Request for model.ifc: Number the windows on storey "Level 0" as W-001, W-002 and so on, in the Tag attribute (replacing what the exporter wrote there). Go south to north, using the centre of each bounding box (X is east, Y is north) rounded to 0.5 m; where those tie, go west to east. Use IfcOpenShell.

First a look at what the model holds.

```python
import ifcopenshell
import ifcopenshell.util.element
import ifcopenshell.util.placement

model = ifcopenshell.open("model.ifc")
print(model.schema)
storey = next(s for s in model.by_type("IfcBuildingStorey") if s.Name == "Level 0")
windows = [e for e in ifcopenshell.util.element.get_decomposition(storey) if e.is_a("IfcWindow")]
for e in sorted(windows, key=lambda e: e.id()):
    origin = ifcopenshell.util.placement.get_local_placement(e.ObjectPlacement)[:3, 3]
    print(e.id(), e.Tag, e.Name, origin.round(2) + 0.0, sep=" | ")
```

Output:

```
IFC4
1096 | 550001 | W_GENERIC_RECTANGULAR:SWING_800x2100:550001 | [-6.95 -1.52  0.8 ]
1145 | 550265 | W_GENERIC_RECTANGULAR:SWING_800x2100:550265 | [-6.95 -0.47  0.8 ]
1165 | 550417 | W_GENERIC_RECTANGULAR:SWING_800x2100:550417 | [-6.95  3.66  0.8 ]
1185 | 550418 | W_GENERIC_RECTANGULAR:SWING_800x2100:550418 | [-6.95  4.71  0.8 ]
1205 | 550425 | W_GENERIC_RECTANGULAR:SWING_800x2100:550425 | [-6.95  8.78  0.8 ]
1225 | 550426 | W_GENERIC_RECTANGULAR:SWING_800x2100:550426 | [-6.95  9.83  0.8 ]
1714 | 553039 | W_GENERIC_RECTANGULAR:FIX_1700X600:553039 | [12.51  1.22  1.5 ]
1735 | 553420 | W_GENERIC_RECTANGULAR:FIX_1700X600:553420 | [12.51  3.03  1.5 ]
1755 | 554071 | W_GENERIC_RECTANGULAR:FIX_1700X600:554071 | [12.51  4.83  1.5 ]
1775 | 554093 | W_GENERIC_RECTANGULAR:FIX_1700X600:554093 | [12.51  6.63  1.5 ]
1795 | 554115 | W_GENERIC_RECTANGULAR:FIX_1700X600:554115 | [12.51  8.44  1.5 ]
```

```python
import ifcopenshell
import ifcopenshell.geom
import ifcopenshell.util.element
import ifcopenshell.util.shape

model = ifcopenshell.open("model.ifc")
settings = ifcopenshell.geom.settings()
settings.set("use-world-coords", True)


def centre(element):
    shape = ifcopenshell.geom.create_shape(settings, element)
    return ifcopenshell.util.shape.get_bbox_centroid(shape.geometry)


storey = next(s for s in model.by_type("IfcBuildingStorey") if s.Name == "Level 0")
windows = [e for e in ifcopenshell.util.element.get_decomposition(storey) if e.is_a("IfcWindow")]

# Insertion points can sit at a corner or the storey origin, so sort by the geometry (in metres).
centres = {e: centre(e) for e in windows}
windows.sort(key=lambda e: (round(centres[e][1] / 0.5), centres[e][0]))

for i, e in enumerate(windows, start=1):
    number = f"W-0{i:02d}"
    e.Tag = number
    print(e.id(), number)

model.write("model_v2.ifc")
```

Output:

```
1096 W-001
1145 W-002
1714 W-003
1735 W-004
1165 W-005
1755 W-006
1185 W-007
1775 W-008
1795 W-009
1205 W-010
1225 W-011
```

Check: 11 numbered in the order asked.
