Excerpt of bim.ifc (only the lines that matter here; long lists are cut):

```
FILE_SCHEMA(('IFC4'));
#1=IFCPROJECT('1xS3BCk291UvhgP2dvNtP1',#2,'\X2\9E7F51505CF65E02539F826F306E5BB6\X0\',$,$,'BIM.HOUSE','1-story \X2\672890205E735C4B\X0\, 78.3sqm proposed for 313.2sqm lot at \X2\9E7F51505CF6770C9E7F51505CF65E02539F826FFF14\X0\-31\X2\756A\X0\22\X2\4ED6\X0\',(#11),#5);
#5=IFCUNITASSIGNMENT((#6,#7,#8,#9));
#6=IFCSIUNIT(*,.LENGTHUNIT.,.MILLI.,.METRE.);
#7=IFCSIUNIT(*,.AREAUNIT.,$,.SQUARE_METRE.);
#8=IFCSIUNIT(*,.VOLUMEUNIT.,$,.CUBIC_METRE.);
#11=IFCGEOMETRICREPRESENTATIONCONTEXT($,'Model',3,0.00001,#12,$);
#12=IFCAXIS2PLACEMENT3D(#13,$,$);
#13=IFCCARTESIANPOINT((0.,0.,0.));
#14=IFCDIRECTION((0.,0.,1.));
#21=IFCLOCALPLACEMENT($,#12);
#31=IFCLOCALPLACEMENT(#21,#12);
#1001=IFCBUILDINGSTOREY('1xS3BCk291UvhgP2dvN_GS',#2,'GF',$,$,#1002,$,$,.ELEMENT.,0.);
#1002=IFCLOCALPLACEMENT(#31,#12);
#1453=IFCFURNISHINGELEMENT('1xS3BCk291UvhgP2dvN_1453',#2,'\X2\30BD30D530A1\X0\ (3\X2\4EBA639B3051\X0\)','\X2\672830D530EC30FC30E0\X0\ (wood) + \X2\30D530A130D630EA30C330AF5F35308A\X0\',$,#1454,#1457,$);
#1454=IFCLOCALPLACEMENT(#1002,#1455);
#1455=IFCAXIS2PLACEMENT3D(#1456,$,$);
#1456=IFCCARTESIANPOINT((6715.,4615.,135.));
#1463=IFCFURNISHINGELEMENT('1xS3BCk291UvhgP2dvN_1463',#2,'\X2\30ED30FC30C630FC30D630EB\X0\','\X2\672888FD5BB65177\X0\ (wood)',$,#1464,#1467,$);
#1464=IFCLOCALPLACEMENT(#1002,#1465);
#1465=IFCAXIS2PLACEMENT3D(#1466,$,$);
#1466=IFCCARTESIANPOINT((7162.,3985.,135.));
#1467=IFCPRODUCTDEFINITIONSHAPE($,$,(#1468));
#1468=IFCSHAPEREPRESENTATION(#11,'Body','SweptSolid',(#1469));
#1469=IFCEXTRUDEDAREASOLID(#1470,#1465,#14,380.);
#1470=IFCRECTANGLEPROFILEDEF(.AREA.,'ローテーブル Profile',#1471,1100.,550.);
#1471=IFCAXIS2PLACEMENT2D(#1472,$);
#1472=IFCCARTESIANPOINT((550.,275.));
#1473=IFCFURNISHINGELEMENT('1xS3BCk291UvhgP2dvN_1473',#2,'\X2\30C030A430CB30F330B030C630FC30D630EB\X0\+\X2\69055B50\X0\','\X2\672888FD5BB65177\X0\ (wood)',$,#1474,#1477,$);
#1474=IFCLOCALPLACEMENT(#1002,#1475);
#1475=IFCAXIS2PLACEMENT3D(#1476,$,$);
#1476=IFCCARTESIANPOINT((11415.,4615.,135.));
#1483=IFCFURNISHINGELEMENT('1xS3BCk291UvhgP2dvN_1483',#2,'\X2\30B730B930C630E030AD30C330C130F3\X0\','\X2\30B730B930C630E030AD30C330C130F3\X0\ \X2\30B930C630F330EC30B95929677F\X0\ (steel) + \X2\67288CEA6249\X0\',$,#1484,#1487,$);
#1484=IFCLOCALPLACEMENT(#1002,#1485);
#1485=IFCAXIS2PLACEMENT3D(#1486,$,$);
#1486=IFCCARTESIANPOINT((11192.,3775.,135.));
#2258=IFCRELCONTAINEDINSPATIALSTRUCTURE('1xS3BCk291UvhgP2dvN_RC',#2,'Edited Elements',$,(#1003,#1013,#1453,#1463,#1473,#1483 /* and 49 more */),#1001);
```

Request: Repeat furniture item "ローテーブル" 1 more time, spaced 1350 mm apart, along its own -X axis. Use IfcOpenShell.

```python
import ifcopenshell
import ifcopenshell.api.geometry
import ifcopenshell.api.root
import ifcopenshell.util.element
import ifcopenshell.util.placement

model = ifcopenshell.open("bim.ifc")


def reuse_history(source, copy):
    """copy_class also copies each property set's owner history, people and application; keep the originals."""
    for rel in copy.IsDefinedBy:
        if rel.is_a("IfcRelDefinesByProperties") and (history := rel.RelatingPropertyDefinition.OwnerHistory):
            rel.RelatingPropertyDefinition.OwnerHistory = source.OwnerHistory
            ifcopenshell.util.element.remove_deep2(model, history)


source = model.by_id(1463)
base = ifcopenshell.util.placement.get_local_placement(source.ObjectPlacement)
step = -base[:3, 0] * 1350.0

for i in range(1, 2):
    copy = ifcopenshell.api.root.copy_class(model, product=source)
    copy.Representation = ifcopenshell.util.element.copy_deep(
        model, source.Representation, exclude=["IfcGeometricRepresentationContext", "IfcRepresentationMap"]
    )
    reuse_history(source, copy)
    matrix = base.copy()
    matrix[:3, 3] += i * step
    print("added at", matrix[:3, 3].round(3) + 0.0)
    ifcopenshell.api.geometry.edit_object_placement(model, product=copy, matrix=matrix, is_si=False)

model.write("bim_rev.ifc")
```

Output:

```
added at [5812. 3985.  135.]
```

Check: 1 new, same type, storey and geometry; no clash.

:: Problem statement ::
Out of the material above, gather each line where "IFCSIUNIT" appears.

:: Task answer ::
#6=IFCSIUNIT(*,.LENGTHUNIT.,.MILLI.,.METRE.);
#7=IFCSIUNIT(*,.AREAUNIT.,$,.SQUARE_METRE.);
#8=IFCSIUNIT(*,.VOLUMEUNIT.,$,.CUBIC_METRE.);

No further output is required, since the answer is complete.